NWT woman’s Red Earth Creek murder charge is dropped
The Crown has dropped a murder charge against an NWT woman over the December 2019 death of a man on an oilfield service road outside Red Earth Creek, Alberta.
Faisal Aden was shot multiple times after being picked up by Winston Derksen and Deidre Lafferty from Hay River’s South Mackenzie Correctional Centre, a court heard earlier this year.
A jury found Derksen guilty of second-degree murder in February. Two months later, a judge – interpreting the jurors’ verdict – found that Derksen, not Lafferty, had fired the shots that killed Aden.
A murder charge against Lafferty, however, was not dropped at the time.
On Tuesday this week, a day before a preliminary hearing in Red Earth Creek regarding Lafferty’s case, the Crown prosecutor’s office withdrew that charge.
“Ms Lafferty is pleased that after over 2.5 years of being on strict release conditions, the Crown prosecutor’s office has withdrawn all charges against her in a very serious case,” read a statement emailed to Cabin Radio by her lawyer, Telmo dos Santos.
“This was undoubtedly the correct decision and Ms Lafferty can now move on with her life in a positive direction.”
Justice Eldon J Simpson of the King’s Court of Alberta had earlier ruled that Derksen threatened Lafferty and lied to police officers following the shooting of Aden.
Simpson ruled in April that Derksen had left Yellowknife, where both he and Lafferty lived, with a loaded handgun that Lafferty did not know about and didn’t know how to use.
The two were in a relationship, the court had heard.

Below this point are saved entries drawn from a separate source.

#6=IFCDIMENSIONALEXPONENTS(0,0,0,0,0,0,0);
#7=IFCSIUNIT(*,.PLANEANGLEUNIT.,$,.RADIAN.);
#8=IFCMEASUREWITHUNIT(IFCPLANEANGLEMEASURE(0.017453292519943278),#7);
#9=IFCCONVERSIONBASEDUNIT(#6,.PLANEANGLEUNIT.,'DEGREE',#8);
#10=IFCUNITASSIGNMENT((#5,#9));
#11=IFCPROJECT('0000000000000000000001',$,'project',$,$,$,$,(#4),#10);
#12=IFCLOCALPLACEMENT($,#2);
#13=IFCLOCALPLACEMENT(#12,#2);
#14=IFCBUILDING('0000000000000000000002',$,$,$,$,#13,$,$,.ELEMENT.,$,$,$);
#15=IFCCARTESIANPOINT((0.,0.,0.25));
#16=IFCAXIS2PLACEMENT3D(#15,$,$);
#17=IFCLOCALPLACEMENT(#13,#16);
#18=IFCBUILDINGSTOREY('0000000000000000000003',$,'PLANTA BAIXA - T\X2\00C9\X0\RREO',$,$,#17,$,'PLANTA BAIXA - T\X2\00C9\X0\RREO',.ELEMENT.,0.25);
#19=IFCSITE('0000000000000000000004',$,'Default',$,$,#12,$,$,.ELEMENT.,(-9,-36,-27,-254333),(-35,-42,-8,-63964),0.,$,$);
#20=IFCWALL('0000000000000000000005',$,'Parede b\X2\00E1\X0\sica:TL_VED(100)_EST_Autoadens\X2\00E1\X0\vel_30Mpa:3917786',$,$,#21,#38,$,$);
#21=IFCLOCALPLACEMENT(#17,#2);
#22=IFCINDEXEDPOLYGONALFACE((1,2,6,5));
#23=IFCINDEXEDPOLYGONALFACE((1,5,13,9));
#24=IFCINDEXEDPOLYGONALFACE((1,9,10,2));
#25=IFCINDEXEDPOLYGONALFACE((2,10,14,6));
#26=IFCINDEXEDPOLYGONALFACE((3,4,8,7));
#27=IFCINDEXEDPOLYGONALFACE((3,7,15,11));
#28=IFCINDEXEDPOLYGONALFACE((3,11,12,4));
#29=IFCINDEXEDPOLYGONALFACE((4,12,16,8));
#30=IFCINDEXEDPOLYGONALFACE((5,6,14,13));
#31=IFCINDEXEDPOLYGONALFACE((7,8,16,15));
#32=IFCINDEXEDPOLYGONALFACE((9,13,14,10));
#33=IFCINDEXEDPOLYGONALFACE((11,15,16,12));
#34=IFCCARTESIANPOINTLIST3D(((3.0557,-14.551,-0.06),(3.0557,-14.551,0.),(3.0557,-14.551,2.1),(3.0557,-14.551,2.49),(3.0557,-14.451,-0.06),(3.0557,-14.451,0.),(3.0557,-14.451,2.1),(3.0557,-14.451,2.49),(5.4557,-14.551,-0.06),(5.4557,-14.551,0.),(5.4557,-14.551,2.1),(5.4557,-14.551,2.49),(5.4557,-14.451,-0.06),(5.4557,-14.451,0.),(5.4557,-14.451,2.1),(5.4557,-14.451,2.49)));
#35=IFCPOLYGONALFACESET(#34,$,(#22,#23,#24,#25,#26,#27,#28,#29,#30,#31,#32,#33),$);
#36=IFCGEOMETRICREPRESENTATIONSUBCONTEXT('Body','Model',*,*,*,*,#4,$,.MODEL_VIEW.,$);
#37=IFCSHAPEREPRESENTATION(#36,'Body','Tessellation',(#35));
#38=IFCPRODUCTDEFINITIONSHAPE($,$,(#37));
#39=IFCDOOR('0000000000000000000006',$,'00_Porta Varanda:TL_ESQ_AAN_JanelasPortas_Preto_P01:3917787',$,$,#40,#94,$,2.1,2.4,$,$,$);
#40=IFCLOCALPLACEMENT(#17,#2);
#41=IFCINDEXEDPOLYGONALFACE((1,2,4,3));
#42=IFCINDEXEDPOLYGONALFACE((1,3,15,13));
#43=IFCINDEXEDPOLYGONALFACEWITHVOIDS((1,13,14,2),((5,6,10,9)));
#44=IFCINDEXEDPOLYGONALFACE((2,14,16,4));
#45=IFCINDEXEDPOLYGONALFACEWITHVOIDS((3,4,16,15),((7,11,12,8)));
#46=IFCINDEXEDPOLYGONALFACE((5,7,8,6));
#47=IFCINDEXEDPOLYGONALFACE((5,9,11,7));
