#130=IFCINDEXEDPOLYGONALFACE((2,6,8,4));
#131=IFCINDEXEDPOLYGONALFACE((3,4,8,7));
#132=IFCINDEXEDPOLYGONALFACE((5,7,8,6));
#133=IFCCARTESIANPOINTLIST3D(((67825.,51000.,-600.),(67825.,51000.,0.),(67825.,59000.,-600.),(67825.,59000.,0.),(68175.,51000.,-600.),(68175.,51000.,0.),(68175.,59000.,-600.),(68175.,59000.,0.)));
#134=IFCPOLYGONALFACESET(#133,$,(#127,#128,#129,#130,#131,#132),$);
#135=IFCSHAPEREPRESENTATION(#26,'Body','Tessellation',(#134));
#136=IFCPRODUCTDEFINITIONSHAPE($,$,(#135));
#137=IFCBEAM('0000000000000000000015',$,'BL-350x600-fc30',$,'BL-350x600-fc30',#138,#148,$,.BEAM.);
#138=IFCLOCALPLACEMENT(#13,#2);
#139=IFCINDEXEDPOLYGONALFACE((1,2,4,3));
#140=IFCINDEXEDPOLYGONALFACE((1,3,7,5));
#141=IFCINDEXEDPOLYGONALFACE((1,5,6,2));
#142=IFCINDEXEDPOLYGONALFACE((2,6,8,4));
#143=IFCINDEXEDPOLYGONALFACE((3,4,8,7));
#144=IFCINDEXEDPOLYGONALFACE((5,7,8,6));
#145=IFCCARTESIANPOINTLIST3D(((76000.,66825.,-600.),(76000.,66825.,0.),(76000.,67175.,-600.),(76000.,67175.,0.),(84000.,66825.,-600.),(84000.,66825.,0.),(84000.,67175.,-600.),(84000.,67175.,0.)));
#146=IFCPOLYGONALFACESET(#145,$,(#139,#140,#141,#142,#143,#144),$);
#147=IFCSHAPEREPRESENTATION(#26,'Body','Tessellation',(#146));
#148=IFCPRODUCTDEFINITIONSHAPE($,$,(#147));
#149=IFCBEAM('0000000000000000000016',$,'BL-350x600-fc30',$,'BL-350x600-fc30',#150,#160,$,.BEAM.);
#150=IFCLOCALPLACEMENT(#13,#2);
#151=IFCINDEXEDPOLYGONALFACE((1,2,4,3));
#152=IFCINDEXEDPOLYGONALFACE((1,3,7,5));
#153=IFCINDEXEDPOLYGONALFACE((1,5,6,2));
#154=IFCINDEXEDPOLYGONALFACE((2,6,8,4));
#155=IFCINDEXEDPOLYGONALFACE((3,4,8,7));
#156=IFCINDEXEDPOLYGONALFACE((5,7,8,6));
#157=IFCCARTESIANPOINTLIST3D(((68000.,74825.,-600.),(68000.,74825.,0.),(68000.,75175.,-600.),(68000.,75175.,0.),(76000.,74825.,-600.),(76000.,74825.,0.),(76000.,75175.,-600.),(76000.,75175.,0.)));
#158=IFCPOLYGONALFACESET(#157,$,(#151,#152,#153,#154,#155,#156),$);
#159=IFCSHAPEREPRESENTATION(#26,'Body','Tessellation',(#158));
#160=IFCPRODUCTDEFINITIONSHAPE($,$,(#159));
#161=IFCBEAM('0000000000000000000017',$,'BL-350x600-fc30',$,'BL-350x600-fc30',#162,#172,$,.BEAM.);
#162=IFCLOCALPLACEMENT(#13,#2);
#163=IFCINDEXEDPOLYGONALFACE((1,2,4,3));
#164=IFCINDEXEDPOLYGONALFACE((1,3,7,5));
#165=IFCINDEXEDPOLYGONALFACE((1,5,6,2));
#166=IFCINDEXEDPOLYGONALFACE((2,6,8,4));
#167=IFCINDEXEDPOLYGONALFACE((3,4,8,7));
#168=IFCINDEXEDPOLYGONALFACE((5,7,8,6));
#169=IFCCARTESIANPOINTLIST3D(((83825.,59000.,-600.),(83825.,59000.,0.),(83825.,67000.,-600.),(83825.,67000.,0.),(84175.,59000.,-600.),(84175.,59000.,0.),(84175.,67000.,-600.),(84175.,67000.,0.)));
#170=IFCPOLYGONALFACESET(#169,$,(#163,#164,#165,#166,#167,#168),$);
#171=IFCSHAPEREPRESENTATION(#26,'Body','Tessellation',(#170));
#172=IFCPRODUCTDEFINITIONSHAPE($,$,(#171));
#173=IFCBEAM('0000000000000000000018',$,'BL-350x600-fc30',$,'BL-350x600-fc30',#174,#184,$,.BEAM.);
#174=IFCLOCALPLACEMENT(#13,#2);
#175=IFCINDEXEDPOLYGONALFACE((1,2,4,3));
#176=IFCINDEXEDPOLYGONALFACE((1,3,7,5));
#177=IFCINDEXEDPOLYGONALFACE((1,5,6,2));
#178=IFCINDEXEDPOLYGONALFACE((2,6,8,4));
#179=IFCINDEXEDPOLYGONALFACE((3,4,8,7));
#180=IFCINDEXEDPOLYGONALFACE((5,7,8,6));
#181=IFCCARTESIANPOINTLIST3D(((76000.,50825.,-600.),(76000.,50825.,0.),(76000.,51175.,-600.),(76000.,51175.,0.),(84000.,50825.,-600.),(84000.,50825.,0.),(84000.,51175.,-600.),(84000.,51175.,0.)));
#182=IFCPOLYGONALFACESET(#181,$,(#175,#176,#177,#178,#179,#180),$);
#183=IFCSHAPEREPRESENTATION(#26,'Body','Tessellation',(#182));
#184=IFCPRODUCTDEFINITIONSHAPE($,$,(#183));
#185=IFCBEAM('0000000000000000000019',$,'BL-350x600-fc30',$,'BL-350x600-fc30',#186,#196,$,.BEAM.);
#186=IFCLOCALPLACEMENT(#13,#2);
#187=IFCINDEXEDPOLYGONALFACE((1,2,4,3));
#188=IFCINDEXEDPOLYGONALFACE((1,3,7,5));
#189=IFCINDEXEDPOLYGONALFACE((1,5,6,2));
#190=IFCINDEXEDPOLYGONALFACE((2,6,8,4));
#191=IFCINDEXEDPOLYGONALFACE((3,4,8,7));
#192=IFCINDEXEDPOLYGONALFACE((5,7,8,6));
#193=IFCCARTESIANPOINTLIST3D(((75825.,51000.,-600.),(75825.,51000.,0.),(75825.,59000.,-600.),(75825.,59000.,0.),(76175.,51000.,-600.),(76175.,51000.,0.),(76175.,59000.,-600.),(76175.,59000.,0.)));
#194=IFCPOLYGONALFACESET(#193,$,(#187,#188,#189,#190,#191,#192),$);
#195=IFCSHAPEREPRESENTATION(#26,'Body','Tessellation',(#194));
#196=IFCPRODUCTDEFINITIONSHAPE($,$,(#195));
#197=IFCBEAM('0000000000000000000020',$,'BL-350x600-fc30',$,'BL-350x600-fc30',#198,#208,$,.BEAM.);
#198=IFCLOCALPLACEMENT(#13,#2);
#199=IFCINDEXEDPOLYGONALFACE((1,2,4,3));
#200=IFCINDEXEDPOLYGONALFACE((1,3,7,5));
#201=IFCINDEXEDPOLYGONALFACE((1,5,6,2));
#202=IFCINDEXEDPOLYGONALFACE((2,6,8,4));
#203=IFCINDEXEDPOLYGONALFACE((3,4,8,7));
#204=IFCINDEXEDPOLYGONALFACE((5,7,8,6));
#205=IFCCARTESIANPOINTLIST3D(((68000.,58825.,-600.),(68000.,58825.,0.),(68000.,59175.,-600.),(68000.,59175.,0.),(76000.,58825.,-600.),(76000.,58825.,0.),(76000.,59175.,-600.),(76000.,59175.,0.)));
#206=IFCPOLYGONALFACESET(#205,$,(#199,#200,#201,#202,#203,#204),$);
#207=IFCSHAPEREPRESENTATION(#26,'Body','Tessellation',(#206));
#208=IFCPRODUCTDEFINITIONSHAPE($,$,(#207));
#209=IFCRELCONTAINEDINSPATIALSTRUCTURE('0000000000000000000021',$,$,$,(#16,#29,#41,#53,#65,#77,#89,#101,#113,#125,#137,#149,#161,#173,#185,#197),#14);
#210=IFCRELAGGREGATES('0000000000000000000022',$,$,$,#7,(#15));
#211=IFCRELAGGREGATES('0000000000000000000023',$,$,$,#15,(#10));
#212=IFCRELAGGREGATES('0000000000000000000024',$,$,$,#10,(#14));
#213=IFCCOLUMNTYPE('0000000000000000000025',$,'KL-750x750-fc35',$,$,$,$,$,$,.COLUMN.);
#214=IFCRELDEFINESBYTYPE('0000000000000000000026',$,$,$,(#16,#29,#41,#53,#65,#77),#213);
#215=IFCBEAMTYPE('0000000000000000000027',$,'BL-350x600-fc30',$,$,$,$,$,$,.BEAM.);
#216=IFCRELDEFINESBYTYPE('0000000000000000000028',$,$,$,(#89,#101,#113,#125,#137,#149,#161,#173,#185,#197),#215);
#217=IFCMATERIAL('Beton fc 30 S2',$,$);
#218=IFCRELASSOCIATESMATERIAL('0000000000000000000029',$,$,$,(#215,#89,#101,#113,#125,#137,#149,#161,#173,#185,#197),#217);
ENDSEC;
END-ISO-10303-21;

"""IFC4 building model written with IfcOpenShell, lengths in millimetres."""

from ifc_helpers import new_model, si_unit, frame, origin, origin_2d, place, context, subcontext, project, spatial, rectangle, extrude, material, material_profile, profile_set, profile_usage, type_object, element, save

They drove from Yellowknife to High Level then returned north to Hay River to collect Aden before turning back toward Edmonton.
Outside Red Earth Creek, Simpson said, Derksen and Aden “became embroiled in an argument that led to a physical fight.”
The judge concluded Derksen had shot Aden four or five times, after which he and Lafferty continued on to Edmonton, disposing of Aden’s possessions. The two were arrested and charged in March 2020.
Derksen “threatened Deidre Lafferty after the shooting” and “concocted a story,” the judge said, in which Derksen attempted to blame Lafferty for the killing instead.
Lafferty, asked at one point by Derksen’s lawyer whether she was “looking out for herself” in the evidence she gave, said: “I’m not looking out for myself. I’m looking out for the person who had got shot. I’m trying to get justice for him. If anything, he did not deserve to die.
“He did not deserve to go out the way he did. He did not do anything to me or Winston. And he knows that. He did not try to hurt us one bit.”
Simpson ruled: ” I am satisfied beyond a reasonable doubt that Winston Derksen created a lie regarding his involvement in Faisal Aden’s death and influenced Deidre Lafferty to lie to the police.
“Furthermore, I am satisfied beyond a reasonable doubt he did these things to cover up what actually happened to Faisal Aden.”